Aging causes molecular changes:

There are probably a couple of dozen compounds that, like resveratrol, extend life in the lab and could be developed for human applications, says Matt Kaeberlein, a molecular biologist at the University of Washington in Seattle. The ideal outcome of these drugs, though, will not be an infinitely long life, but rather an increase in "health span", or the number of years we have before age-related disease begins. "My guess is that they would work at the level of 15 per cent increase in lifespan and a few decades' increase in health span," he says. The best-case scenario, he speculates, is that "we live to 120 but don't start to get sick until 110".

This is more profound than it may seem: if science suddenly eliminated all forms of cancer, for instance, life expectancy at birth would only increase by about three years. Implicit in Kaeberlein's argument is that ageing cannot be separated from age-related disease; it's just a matter of time before its symptoms emerge. "It's a logical fallacy to talk about curing cancer or curing Alzheimer's," he says, despite the billions of dollars that have been spent on these efforts. "The system is breaking down. Until you actually deal with the underlying problem – which is the molecular changes that are occurring during ageing – you have zero chance of curing these diseases."

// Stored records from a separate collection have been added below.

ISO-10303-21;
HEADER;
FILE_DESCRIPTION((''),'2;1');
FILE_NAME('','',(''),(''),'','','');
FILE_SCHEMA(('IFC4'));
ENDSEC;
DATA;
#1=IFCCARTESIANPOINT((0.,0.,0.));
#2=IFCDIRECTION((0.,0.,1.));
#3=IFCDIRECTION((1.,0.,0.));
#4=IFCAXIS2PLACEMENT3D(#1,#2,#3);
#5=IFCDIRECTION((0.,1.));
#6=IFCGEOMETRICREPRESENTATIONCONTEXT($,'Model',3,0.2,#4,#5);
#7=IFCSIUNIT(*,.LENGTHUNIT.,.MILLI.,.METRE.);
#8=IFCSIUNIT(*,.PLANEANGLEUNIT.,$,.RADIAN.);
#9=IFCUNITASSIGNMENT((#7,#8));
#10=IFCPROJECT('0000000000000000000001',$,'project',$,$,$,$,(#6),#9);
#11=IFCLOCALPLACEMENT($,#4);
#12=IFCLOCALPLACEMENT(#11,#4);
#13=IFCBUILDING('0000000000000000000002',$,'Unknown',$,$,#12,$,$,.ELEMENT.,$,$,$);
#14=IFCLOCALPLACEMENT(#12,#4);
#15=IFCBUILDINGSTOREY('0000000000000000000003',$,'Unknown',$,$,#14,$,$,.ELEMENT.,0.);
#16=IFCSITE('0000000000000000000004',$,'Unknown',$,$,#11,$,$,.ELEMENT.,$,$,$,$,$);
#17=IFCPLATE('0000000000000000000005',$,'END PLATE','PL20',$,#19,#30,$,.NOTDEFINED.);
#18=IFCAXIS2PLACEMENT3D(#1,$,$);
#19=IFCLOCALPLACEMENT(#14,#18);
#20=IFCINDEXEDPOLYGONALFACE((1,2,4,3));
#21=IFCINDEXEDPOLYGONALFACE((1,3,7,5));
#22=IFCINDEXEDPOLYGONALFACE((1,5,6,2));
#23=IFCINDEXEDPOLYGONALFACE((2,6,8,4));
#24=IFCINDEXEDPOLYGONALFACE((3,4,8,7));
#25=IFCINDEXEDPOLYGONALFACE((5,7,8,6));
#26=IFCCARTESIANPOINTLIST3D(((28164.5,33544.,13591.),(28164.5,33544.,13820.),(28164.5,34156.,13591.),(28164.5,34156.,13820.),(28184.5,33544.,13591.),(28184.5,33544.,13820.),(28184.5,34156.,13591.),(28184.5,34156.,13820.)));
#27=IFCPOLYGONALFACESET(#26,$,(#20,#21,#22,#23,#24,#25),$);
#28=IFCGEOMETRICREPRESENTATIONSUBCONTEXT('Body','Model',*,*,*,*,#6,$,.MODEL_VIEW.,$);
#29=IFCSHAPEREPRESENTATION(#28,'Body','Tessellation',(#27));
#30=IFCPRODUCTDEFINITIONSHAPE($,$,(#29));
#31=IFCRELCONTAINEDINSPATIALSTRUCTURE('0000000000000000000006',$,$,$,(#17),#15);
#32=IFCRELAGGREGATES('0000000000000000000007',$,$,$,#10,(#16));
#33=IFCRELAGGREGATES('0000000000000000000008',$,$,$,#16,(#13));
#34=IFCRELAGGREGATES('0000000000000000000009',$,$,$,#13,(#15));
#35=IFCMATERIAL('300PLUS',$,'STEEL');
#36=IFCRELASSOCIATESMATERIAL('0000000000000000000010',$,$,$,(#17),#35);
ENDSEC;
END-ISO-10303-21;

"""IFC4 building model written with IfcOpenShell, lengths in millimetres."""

from ifc_helpers import new_model, si_unit, direction, frame, origin_with_axes, place, context, subcontext, project, spatial, line, indexed_curve, outline, extrude, material, element, save


model = new_model("IFC4")

# Units and contexts
model_context = context("Model", 3, precision=0.2, world=origin_with_axes(), true_north=direction((0.0, 1.0)))
body_context = subcontext(model_context, "Body", "Model", "MODEL_VIEW")
ifc_project = project(units=[si_unit("LENGTHUNIT", "METRE", prefix="MILLI"), si_unit("PLANEANGLEUNIT", "RADIAN")], contexts=[model_context])

# Site, building, storey
site_placement = place(None, origin_with_axes())
site = spatial("IfcSite", under=ifc_project, at=site_placement, Name="Unknown", CompositionType="ELEMENT")
building_placement = place(site_placement, origin_with_axes())
building = spatial("IfcBuilding", under=site, at=building_placement, Name="Unknown", CompositionType="ELEMENT")
storey_placement = place(building_placement, origin_with_axes())
storey = spatial("IfcBuildingStorey", under=building, at=storey_placement, Name="Unknown", CompositionType="ELEMENT", Elevation=0.0)

# Shared definitions
ifc_material_1 = material(Name="300PLUS", Category="STEEL")

# Plate
plate_1_placement = place(storey_placement, frame((28174.5, 33544.0, 13820.0), z_axis=(1.0, 0.0, 0.0), x_axis=(0.0, 0.0, -1.0)))
element("IfcPlate", 1, at=plate_1_placement, inside=storey, material=ifc_material_1, Name="END PLATE", Description="PL20", PredefinedType="NOTDEFINED", context=body_context, shape_type="SolidModel", body=[
    extrude(outline(indexed_curve([(0.0, 0.0), (229.0, 0.0), (229.0, 612.0), (0.0, 612.0)], segments=[line(1, 2, 3, 4, 1)])), frame((0.0, 0.0, 10.0), z_axis=(0.0, 0.0, 1.0), x_axis=(1.0, 0.0, 0.0)), (0.0, 0.0, -1.0), 20.0),
])

save(model, "model.ifc")
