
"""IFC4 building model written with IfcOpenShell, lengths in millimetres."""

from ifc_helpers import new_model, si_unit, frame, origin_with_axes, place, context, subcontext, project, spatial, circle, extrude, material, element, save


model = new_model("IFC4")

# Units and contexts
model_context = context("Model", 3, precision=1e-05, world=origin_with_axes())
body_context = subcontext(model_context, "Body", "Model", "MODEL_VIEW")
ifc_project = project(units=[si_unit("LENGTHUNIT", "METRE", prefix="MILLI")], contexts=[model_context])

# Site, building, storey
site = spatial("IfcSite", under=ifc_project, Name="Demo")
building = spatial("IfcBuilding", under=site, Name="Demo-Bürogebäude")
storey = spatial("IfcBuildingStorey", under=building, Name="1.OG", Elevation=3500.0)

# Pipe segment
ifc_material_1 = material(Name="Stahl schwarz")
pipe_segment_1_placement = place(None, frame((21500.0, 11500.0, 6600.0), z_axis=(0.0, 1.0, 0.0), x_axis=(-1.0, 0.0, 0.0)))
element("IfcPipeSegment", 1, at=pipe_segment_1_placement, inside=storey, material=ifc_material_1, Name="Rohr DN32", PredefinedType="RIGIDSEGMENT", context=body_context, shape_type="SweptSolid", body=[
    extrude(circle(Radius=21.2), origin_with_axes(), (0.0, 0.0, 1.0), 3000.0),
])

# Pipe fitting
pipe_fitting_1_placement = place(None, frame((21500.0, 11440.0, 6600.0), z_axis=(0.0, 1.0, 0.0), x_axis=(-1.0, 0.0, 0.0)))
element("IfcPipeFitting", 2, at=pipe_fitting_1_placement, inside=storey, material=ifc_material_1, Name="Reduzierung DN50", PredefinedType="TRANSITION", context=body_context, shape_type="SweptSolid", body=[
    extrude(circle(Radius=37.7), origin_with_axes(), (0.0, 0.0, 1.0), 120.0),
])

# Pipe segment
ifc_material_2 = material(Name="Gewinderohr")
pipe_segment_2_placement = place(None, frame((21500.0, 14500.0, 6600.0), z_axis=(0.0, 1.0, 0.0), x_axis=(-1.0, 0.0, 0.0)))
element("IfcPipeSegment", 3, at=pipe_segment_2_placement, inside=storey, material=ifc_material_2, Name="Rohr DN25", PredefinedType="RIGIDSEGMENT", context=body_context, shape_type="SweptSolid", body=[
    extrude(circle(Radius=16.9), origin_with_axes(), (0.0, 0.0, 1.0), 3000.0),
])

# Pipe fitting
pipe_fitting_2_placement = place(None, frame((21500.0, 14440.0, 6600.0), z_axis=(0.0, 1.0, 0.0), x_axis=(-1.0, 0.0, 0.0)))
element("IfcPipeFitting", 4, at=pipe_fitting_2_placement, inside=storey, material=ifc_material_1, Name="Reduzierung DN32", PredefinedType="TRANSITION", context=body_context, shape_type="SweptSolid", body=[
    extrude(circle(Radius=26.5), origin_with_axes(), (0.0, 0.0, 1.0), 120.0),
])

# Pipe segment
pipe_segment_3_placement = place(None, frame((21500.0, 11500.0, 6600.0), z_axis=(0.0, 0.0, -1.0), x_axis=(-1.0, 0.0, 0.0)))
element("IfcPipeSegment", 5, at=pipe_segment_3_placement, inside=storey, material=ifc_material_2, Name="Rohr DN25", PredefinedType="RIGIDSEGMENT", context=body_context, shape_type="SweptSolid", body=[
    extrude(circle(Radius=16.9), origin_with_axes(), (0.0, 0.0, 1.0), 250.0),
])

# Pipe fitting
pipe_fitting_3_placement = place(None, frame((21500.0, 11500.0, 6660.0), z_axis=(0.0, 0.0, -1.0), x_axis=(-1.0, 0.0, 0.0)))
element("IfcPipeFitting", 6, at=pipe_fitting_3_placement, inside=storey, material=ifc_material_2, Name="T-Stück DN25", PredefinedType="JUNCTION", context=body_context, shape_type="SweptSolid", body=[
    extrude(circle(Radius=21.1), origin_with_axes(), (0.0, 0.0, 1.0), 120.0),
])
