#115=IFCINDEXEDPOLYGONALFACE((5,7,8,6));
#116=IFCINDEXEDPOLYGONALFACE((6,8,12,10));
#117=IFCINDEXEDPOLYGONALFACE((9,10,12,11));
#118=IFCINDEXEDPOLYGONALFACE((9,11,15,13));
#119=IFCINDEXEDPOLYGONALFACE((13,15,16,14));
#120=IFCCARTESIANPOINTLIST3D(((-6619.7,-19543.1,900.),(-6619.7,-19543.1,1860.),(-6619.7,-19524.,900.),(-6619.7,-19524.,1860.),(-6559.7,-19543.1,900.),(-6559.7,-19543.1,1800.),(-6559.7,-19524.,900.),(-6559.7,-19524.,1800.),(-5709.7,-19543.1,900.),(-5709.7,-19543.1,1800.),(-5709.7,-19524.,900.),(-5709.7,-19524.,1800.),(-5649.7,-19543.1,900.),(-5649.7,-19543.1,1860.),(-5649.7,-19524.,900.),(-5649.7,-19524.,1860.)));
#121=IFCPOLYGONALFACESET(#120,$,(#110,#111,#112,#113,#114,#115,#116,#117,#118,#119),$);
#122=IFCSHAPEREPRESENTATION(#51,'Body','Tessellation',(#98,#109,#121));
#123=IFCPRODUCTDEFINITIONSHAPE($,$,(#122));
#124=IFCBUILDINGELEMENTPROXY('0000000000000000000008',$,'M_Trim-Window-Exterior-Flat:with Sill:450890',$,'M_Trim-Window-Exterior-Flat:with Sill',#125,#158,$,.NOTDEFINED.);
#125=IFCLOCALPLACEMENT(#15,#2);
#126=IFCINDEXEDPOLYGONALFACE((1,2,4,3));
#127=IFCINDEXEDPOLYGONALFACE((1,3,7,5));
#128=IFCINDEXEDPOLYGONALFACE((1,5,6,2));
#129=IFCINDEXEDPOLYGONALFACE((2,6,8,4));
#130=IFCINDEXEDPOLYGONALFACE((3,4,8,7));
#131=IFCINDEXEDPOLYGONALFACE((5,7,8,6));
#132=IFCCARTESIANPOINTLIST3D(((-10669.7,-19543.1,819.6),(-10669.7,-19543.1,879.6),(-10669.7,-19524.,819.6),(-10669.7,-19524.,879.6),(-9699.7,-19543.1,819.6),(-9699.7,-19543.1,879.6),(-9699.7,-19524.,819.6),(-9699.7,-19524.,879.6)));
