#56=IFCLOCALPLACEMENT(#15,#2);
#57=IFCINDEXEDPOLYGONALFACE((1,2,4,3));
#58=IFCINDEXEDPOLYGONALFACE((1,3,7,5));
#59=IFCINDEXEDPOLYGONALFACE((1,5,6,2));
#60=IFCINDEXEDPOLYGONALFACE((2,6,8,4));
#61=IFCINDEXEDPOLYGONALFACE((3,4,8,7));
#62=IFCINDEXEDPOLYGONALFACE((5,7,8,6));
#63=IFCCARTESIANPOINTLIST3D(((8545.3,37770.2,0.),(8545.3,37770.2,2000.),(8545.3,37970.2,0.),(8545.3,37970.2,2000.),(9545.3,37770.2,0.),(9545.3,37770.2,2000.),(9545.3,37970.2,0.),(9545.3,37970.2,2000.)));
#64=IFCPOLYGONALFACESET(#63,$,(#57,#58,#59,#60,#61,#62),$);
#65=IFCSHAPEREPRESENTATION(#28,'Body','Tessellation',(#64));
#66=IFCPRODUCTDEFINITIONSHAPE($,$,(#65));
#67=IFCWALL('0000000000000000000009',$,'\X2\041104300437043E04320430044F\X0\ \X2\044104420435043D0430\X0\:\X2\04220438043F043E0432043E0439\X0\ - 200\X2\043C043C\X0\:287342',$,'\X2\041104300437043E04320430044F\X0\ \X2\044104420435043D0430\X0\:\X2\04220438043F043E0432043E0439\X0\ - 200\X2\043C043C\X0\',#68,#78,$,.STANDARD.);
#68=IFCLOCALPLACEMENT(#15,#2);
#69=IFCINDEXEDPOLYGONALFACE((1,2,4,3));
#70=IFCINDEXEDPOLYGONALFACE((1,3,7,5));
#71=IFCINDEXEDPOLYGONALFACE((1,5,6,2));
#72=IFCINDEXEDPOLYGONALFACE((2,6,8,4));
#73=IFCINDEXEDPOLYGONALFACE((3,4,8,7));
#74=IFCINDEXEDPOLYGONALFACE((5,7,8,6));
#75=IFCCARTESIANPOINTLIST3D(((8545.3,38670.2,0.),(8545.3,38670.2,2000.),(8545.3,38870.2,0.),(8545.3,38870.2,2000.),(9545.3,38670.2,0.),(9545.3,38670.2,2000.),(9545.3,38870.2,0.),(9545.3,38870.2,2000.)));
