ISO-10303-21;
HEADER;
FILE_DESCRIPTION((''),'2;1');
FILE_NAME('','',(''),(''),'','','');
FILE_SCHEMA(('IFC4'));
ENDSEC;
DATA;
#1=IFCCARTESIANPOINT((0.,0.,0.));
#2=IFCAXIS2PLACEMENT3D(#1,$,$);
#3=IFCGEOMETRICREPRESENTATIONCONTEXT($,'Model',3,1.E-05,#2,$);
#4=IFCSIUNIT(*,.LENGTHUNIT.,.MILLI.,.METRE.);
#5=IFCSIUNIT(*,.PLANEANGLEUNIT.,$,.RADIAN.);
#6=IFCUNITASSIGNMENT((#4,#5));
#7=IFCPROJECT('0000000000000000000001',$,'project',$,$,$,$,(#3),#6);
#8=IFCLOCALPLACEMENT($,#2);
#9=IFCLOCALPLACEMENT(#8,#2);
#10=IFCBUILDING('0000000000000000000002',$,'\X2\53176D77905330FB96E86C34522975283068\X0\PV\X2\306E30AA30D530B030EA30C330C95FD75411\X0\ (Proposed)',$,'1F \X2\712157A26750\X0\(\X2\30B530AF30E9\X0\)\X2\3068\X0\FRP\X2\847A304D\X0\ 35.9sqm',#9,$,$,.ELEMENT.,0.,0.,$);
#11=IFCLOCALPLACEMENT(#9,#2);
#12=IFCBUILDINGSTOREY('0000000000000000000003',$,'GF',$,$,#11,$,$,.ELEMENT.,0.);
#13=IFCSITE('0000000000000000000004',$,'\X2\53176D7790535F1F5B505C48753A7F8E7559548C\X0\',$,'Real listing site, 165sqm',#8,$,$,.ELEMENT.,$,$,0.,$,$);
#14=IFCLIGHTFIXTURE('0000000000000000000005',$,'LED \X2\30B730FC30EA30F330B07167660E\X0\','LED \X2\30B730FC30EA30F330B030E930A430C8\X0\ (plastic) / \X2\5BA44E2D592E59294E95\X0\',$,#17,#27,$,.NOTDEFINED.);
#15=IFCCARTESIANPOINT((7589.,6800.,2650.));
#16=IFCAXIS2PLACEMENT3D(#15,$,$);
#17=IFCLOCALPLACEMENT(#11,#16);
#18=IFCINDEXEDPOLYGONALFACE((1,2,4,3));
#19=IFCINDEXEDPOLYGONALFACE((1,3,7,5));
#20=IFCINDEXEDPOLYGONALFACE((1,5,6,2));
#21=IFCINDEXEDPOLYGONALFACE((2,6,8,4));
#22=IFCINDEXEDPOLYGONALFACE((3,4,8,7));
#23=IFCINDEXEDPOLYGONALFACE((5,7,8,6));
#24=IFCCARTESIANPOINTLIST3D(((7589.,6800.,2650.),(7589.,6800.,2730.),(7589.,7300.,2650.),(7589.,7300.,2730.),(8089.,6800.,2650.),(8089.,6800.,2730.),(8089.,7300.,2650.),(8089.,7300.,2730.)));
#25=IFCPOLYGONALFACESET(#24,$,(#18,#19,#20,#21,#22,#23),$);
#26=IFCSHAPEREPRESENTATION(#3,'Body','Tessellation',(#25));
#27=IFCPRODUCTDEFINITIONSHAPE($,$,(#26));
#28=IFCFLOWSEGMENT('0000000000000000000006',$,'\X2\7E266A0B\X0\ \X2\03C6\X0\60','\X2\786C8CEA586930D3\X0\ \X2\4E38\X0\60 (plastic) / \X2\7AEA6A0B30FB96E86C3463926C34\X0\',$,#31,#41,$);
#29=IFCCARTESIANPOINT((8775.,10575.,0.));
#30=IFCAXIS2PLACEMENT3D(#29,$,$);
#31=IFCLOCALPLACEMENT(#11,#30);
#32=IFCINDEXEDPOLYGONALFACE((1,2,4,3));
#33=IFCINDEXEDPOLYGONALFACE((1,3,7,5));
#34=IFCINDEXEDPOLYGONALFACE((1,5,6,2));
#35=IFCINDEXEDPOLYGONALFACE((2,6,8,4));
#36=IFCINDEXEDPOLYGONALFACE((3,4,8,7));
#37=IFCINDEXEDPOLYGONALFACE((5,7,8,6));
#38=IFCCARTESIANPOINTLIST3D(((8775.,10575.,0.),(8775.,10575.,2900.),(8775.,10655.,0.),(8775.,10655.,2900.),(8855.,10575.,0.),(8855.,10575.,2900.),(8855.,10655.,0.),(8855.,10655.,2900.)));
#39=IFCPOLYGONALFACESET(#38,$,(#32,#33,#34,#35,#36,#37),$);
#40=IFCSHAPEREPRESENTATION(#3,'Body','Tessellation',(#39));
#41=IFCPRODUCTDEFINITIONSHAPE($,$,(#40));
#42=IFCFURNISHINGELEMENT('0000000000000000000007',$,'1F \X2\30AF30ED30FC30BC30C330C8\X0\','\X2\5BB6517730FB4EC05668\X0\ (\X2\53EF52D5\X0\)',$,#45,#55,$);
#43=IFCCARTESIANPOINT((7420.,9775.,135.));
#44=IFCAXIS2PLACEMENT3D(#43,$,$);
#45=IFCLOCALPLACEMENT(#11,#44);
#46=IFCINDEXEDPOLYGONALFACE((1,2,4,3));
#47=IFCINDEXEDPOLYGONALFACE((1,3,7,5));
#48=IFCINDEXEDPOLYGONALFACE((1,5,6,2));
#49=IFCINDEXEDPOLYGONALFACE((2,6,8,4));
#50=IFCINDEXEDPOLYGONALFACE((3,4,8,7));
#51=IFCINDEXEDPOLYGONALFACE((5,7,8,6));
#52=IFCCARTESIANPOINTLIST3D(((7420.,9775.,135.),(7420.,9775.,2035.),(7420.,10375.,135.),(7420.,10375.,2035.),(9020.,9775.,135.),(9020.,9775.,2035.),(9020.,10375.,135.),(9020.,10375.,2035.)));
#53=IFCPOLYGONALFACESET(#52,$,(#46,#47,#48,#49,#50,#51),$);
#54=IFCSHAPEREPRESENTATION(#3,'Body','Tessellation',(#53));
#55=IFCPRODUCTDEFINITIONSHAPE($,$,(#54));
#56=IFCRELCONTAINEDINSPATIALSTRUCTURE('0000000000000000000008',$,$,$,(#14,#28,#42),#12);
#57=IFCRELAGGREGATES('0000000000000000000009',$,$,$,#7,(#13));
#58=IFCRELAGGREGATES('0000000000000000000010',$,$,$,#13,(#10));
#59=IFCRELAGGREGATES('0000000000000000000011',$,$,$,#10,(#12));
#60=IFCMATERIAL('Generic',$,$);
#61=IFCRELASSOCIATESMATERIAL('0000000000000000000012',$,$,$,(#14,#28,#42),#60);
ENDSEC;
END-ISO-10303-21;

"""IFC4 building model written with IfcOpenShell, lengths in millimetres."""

from ifc_helpers import new_model, si_unit, frame, frame_2d, origin, place, context, project, spatial, rectangle, extrude, material, element, save


model = new_model("IFC4")

# Units and contexts
model_context = context("Model", 3, precision=1e-05, world=origin())
ifc_project = project(units=[si_unit("LENGTHUNIT", "METRE", prefix="MILLI"), si_unit("PLANEANGLEUNIT", "RADIAN")], contexts=[model_context])

# Site, building, storey
site_placement = place(None, origin())
site = spatial("IfcSite", under=ifc_project, at=site_placement, Name="北海道弟子屈町美留和", ObjectType="Real listing site, 165sqm", CompositionType="ELEMENT", RefElevation=0.0)
building_placement = place(site_placement, origin())
building = spatial("IfcBuilding", under=site, at=building_placement, Name="北海道・雨水利用とPVのオフグリッド志向 (Proposed)", ObjectType="1F 無垢材(サクラ)とFRP葺き 35.9sqm", CompositionType="ELEMENT", ElevationOfRefHeight=0.0, ElevationOfTerrain=0.0)
storey_placement = place(building_placement, origin())
storey = spatial("IfcBuildingStorey", under=building, at=storey_placement, Name="GF", CompositionType="ELEMENT", Elevation=0.0)

# Shared definitions
ifc_material_1 = material(Name="Generic")

# Light fixture
light_fixture_placement = place(storey_placement, frame((7589.0, 6800.0, 2650.0)))
element("IfcLightFixture", 1, at=light_fixture_placement, inside=storey, material=ifc_material_1, Name="LED シーリング照明", Description="LED シーリングライト (plastic) / 室中央天井", PredefinedType="NOTDEFINED", context=model_context, shape_type="SweptSolid", body=[
    extrude(rectangle(XDim=500.0, YDim=500.0, at=frame_2d((250.0, 250.0))), frame((7589.0, 6800.0, 2650.0)), (0.0, 0.0, 1.0), 80.0),
])

# Flow segment
flow_segment_placement = place(storey_placement, frame((8775.0, 10575.0, 0.0)))
element("IfcFlowSegment", 2, at=flow_segment_placement, inside=storey, material=ifc_material_1, Name="縦樋 φ60", Description="硬質塩ビ 丸60 (plastic) / 竪樋・雨水排水", context=model_context, shape_type="SweptSolid", body=[
    extrude(rectangle(XDim=80.0, YDim=80.0, at=frame_2d((40.0, 40.0))), frame((8775.0, 10575.0, 0.0)), (0.0, 0.0, 1.0), 2900.0),
])

# Furnishing element
furnishing_placement = place(storey_placement, frame((7420.0, 9775.0, 135.0)))
element("IfcFurnishingElement", 3, at=furnishing_placement, inside=storey, material=ifc_material_1, Name="1F クローゼット", Description="家具・什器 (可動)", context=model_context, shape_type="SweptSolid", body=[
    extrude(rectangle(XDim=1600.0, YDim=600.0, at=frame_2d((800.0, 300.0))), frame((7420.0, 9775.0, 135.0)), (0.0, 0.0, 1.0), 1900.0),
])

save(model, "model.ifc")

Staving off these diseases – in other words, preventative medicine – is what scientists should be focused on, rather than a silly quest for immortality, says Tom Kirkwood, an ageing expert at Newcastle University. "The agenda of focusing on a life without ageing diverts much-needed attention from the real agenda," Kirkwood said in a talk at the British Science Festival last year. As the world gets older and older, research funding should be funneled into studies that help elderly people mitigate their inevitable decline. "And if, at some time in the future, that leads to a life without ageing, I would be one of the first to celebrate," Kirkwood said. "But I ain't gonna be around to see it."

Walker doesn't accept the expert consensus that immortality is scientifically impossible. But he reluctantly agrees that it's unrealistic – if not because of the science, then because of all of the social, ethical and political problems that would come with it.